Task statement: In the entries below, find each line with the string "IFCINDEXEDPOLYCURVE" and copy it.
---+---
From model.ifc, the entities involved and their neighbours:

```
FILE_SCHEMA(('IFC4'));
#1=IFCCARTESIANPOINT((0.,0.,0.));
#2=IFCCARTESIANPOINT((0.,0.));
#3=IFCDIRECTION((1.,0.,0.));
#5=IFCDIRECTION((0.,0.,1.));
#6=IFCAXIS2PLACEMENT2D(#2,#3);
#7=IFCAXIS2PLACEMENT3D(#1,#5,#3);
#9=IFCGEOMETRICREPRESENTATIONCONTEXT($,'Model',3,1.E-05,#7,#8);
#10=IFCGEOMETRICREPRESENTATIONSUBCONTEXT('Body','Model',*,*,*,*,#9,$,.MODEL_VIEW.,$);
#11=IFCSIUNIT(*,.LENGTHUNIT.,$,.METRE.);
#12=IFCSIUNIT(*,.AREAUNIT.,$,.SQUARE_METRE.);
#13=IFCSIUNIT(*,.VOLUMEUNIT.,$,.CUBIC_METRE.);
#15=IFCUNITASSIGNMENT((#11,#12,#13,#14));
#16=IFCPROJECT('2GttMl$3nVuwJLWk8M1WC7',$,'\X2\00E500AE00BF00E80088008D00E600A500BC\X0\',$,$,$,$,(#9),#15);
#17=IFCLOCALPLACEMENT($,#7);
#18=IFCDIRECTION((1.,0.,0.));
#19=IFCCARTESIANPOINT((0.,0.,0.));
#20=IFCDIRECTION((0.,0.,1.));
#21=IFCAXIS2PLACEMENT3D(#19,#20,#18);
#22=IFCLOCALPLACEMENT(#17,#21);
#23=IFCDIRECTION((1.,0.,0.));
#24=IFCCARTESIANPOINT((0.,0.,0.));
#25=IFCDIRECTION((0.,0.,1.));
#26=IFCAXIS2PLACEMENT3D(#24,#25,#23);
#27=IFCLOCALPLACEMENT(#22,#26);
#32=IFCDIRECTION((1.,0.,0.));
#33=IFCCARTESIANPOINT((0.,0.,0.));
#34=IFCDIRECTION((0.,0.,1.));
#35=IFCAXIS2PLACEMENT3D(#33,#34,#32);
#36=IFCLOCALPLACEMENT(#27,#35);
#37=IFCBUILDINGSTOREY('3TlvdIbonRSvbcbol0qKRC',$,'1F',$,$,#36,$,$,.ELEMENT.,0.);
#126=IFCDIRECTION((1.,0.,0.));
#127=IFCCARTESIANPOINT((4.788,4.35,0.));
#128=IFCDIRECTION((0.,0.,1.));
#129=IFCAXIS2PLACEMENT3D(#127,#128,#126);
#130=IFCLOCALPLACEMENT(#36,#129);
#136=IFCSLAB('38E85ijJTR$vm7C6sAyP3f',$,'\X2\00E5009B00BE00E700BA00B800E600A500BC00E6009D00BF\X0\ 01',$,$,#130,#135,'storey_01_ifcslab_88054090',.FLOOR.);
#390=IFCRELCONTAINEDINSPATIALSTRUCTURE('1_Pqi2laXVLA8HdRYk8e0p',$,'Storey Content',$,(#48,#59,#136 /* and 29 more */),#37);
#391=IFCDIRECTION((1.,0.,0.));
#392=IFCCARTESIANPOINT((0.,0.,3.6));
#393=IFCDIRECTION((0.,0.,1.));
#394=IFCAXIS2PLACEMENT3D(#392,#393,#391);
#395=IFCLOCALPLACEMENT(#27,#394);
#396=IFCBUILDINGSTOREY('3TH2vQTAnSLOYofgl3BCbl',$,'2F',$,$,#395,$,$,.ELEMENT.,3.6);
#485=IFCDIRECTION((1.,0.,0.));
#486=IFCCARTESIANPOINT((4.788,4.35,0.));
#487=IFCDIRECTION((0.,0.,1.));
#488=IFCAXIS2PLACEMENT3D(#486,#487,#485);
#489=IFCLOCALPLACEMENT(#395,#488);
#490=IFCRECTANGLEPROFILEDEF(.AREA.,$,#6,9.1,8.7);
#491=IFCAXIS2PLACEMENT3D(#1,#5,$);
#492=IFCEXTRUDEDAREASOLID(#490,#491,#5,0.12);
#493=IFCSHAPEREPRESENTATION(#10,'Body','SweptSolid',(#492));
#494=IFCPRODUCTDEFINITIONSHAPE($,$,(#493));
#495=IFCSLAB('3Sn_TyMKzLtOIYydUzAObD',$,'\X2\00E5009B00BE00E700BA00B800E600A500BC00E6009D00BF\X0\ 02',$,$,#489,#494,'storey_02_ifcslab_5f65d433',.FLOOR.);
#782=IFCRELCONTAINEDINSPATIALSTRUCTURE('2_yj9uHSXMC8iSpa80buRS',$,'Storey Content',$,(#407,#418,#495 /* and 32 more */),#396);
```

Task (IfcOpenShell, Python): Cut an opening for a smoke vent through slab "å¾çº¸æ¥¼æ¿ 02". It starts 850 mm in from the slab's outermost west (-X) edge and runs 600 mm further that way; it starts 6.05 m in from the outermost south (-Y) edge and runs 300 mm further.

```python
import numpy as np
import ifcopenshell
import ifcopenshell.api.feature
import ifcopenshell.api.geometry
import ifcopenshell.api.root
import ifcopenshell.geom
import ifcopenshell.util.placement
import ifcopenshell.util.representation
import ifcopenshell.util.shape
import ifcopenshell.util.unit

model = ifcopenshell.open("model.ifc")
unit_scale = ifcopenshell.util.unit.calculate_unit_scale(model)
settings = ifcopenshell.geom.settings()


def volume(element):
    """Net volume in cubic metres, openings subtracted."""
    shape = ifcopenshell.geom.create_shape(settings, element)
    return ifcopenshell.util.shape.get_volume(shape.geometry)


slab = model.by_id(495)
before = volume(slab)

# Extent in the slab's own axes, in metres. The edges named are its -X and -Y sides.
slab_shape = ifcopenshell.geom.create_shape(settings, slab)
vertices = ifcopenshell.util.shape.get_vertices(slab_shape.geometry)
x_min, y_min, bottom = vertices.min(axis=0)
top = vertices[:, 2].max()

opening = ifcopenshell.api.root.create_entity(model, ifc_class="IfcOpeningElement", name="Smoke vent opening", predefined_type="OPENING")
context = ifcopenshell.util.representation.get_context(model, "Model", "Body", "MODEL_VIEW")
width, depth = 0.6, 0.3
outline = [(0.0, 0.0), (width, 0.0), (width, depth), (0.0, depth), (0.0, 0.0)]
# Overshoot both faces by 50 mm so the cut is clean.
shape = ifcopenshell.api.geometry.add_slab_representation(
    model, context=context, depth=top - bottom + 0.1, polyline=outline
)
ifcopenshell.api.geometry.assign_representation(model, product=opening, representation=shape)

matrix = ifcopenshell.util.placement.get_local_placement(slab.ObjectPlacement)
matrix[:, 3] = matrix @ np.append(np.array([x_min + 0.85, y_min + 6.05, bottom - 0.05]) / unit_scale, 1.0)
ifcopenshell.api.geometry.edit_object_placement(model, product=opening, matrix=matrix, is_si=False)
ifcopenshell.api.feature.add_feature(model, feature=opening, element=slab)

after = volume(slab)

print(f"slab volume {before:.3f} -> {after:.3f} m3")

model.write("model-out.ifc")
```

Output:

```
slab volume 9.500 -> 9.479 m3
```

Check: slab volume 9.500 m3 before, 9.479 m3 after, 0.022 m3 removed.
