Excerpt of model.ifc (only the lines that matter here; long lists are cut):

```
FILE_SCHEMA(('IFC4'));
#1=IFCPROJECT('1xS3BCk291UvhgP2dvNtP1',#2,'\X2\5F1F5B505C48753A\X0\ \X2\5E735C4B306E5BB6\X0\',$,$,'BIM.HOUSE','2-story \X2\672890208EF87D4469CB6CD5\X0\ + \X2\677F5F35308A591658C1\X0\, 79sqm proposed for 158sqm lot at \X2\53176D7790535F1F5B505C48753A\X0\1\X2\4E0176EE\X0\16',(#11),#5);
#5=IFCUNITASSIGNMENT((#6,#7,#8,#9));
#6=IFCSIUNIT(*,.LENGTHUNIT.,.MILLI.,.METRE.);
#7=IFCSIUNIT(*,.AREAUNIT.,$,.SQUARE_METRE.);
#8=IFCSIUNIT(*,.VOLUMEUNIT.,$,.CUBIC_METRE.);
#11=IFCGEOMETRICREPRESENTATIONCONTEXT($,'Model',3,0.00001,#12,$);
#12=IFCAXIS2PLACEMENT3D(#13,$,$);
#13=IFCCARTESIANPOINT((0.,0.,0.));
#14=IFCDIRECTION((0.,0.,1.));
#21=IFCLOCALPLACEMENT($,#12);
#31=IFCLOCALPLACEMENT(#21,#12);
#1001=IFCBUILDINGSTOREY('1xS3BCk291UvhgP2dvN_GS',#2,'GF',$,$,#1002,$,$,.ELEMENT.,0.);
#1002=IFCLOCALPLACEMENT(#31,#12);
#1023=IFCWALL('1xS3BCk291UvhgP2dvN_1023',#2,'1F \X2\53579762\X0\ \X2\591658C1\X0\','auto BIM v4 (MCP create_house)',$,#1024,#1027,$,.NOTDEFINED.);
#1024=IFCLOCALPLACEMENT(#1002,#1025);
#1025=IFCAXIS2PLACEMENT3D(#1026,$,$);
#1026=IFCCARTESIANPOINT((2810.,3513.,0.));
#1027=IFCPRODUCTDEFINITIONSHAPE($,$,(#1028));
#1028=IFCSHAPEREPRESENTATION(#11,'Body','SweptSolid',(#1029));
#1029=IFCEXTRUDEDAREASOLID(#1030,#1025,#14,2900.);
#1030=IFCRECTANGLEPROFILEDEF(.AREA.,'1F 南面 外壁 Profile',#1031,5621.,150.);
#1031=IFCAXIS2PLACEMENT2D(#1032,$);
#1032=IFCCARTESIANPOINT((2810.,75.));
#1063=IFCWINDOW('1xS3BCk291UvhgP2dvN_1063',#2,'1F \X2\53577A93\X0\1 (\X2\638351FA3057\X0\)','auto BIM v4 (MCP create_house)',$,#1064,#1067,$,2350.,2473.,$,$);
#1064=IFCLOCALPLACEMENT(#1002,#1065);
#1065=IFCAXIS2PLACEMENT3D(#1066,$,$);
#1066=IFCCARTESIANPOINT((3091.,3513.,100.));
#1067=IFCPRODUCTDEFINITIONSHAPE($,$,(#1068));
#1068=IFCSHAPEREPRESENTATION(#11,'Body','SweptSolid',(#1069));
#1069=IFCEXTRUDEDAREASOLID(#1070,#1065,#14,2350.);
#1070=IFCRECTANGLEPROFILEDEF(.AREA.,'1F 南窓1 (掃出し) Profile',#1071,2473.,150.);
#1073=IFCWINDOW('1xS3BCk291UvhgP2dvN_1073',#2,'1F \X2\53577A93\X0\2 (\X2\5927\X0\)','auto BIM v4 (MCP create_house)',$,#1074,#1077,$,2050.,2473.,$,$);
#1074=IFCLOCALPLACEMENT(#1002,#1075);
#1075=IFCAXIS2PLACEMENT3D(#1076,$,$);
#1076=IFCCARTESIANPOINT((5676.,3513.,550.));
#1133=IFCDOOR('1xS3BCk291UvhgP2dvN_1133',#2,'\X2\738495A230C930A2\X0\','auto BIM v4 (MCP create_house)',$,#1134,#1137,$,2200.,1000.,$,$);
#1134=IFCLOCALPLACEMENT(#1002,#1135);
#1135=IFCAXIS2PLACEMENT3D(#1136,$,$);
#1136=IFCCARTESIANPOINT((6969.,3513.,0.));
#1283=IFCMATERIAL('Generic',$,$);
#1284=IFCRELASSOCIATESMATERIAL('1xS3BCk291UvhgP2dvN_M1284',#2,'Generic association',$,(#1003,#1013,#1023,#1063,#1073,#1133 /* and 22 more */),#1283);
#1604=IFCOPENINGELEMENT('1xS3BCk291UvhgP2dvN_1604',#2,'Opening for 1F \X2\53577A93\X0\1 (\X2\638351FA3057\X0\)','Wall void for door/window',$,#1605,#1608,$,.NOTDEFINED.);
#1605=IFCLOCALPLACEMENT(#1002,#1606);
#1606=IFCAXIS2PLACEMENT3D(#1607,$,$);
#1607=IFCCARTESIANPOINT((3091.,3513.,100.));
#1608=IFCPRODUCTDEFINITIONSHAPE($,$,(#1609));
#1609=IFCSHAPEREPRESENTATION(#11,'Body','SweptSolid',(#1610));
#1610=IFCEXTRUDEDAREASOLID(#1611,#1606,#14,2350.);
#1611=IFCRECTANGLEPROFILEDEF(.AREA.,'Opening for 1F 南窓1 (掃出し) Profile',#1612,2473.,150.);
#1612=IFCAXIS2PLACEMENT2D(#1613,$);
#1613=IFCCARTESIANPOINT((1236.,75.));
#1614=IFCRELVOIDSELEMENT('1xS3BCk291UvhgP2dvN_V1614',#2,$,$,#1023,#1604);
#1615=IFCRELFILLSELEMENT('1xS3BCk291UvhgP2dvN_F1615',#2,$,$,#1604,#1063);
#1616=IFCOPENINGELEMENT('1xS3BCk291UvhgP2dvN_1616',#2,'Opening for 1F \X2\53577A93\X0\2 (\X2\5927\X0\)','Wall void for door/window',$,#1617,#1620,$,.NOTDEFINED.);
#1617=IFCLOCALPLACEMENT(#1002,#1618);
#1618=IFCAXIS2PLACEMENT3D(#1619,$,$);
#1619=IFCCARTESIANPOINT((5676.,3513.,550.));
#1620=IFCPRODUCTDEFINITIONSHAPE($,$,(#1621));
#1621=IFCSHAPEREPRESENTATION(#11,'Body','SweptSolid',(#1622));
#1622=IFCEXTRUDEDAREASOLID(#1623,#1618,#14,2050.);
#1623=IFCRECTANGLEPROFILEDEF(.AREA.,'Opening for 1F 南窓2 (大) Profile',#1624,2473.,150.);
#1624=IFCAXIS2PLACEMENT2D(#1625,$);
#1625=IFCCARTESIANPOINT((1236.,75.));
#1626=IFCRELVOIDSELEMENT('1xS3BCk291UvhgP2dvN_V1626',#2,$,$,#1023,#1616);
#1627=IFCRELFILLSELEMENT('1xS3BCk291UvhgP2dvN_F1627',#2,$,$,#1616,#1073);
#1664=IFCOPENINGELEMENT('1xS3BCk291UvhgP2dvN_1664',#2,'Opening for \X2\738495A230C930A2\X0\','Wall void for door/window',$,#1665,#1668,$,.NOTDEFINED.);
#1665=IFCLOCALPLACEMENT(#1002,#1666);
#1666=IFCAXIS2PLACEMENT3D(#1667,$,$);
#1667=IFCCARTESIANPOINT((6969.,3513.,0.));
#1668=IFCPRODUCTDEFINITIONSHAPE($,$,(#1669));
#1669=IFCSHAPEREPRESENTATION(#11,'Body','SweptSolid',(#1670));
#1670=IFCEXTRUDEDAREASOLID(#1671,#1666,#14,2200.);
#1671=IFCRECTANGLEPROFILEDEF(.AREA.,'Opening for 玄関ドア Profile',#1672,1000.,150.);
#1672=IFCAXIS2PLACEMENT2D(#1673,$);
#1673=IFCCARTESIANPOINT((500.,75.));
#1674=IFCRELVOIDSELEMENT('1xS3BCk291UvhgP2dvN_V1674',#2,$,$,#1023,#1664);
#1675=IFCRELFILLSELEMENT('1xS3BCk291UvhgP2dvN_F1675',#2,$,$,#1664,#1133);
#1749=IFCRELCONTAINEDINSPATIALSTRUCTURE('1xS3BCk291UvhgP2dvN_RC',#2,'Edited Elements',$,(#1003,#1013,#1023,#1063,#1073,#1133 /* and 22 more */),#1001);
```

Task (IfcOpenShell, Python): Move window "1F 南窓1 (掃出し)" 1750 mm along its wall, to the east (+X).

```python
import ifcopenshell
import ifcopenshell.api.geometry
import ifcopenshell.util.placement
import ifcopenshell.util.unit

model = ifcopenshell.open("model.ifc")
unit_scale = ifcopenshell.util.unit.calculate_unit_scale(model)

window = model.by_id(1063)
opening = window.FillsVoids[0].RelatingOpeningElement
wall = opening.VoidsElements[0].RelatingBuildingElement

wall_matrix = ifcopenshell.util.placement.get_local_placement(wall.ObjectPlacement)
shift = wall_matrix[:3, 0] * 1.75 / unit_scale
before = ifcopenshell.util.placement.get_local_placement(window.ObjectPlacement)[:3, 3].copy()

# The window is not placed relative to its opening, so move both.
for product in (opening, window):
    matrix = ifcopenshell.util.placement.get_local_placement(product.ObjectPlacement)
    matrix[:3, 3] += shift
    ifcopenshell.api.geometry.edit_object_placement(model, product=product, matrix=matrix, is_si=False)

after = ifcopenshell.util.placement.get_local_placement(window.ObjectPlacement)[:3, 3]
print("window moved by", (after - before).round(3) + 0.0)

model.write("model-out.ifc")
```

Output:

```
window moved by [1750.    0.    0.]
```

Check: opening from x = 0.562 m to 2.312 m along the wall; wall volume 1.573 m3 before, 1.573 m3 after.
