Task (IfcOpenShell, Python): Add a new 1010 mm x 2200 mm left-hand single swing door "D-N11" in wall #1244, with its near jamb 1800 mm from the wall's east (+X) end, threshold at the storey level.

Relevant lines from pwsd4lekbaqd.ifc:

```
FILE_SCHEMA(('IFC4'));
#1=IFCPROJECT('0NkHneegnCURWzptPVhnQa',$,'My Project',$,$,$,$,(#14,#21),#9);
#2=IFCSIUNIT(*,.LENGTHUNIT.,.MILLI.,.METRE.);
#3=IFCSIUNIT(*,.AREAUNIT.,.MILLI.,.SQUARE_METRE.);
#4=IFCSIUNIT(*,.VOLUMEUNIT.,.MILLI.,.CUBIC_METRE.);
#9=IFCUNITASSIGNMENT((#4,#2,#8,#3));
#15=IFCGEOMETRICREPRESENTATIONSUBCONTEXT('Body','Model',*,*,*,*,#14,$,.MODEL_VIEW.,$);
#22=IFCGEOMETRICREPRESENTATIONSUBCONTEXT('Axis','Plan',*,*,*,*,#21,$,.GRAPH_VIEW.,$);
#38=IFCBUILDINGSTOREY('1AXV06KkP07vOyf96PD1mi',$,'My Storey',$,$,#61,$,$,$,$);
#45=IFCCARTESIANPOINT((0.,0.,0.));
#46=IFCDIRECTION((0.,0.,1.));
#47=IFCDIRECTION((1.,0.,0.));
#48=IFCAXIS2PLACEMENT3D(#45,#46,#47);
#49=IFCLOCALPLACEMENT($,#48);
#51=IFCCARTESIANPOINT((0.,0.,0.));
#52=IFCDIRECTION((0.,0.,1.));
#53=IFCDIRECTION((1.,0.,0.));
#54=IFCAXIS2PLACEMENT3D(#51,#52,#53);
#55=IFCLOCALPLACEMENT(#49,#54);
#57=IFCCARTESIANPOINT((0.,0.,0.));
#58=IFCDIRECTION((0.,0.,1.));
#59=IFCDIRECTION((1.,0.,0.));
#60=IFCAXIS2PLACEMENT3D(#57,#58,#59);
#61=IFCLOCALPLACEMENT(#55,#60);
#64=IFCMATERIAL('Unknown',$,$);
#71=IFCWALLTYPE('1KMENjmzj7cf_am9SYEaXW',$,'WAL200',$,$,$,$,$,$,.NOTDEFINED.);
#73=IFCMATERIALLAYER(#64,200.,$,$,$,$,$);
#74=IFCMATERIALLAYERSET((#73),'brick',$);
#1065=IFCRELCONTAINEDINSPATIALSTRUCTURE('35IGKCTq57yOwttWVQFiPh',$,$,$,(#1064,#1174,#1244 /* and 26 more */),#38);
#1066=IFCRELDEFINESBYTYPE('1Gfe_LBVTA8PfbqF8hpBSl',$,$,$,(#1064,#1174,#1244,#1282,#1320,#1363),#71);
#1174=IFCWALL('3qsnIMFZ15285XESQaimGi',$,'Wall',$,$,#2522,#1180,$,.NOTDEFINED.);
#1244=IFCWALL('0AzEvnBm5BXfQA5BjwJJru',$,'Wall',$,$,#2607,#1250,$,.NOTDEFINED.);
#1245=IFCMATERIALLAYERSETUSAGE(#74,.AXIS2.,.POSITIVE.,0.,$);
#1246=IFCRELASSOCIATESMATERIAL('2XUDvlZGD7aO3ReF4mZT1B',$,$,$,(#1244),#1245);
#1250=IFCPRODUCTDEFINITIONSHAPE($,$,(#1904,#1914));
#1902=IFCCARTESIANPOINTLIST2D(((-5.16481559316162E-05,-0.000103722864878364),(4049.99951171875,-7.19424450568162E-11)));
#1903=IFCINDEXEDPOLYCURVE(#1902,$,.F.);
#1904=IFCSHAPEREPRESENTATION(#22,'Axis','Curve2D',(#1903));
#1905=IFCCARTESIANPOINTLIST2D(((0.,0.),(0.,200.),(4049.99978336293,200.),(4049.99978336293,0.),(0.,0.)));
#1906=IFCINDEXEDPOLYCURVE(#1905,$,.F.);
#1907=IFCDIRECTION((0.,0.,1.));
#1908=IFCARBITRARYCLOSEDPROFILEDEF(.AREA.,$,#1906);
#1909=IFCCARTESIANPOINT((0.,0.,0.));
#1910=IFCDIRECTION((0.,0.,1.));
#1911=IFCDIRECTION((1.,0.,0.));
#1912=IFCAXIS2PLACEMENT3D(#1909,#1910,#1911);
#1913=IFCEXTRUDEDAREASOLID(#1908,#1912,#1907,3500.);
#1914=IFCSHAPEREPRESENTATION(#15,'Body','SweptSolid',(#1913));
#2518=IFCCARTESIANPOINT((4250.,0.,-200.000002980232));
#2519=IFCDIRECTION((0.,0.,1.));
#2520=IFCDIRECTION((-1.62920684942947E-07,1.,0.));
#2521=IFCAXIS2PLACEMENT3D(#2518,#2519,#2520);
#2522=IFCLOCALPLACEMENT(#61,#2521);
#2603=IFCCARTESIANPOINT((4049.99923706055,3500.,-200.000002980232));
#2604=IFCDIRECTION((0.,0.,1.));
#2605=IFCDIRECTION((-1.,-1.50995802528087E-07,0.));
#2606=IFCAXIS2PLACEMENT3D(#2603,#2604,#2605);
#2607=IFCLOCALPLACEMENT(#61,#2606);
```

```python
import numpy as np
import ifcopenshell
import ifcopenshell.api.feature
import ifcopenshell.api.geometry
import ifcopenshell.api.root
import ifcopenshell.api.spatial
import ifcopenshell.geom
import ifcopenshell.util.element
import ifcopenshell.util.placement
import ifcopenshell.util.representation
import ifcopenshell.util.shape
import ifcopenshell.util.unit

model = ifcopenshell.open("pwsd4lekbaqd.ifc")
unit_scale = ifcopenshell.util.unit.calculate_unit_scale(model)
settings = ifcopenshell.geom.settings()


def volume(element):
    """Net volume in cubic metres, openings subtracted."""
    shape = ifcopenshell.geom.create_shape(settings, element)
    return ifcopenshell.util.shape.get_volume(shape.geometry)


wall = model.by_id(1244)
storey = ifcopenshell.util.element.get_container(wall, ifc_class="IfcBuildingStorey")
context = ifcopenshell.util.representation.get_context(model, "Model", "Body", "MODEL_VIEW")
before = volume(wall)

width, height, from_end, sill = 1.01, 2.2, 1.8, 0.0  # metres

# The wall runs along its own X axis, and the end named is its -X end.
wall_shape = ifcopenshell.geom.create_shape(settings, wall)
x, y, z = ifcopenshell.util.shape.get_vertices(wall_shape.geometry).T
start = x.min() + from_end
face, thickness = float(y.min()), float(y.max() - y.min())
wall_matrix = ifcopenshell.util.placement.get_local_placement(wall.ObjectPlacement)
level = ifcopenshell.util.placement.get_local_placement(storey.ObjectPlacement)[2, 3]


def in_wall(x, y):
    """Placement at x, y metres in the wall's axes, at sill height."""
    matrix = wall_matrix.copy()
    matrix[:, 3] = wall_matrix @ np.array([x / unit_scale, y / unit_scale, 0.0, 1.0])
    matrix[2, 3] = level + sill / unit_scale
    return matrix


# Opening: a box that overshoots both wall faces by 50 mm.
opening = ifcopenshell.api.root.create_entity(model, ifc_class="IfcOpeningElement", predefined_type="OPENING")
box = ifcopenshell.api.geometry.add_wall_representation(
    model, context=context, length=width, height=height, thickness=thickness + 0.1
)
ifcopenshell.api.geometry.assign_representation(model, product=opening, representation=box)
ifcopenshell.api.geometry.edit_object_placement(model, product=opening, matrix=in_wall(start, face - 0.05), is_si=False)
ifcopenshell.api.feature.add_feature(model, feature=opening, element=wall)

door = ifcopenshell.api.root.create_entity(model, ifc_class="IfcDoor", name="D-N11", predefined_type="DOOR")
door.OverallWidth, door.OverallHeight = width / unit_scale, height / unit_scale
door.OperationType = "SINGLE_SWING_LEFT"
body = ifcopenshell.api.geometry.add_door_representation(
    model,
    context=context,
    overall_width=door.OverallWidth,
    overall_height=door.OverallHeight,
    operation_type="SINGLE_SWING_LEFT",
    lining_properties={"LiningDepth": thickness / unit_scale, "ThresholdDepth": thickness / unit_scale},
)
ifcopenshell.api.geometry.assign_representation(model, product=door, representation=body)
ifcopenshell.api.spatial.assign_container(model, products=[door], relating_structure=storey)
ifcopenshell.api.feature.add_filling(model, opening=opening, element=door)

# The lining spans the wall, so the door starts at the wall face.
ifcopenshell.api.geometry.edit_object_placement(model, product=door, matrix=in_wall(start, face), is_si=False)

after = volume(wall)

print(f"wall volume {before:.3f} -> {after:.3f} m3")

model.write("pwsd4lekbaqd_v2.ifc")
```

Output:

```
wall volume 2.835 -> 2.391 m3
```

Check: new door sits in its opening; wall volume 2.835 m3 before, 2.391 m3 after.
---+---
Response area:
#1903=IFCINDEXEDPOLYCURVE(#1902,$,.F.);
#1906=IFCINDEXEDPOLYCURVE(#1905,$,.F.);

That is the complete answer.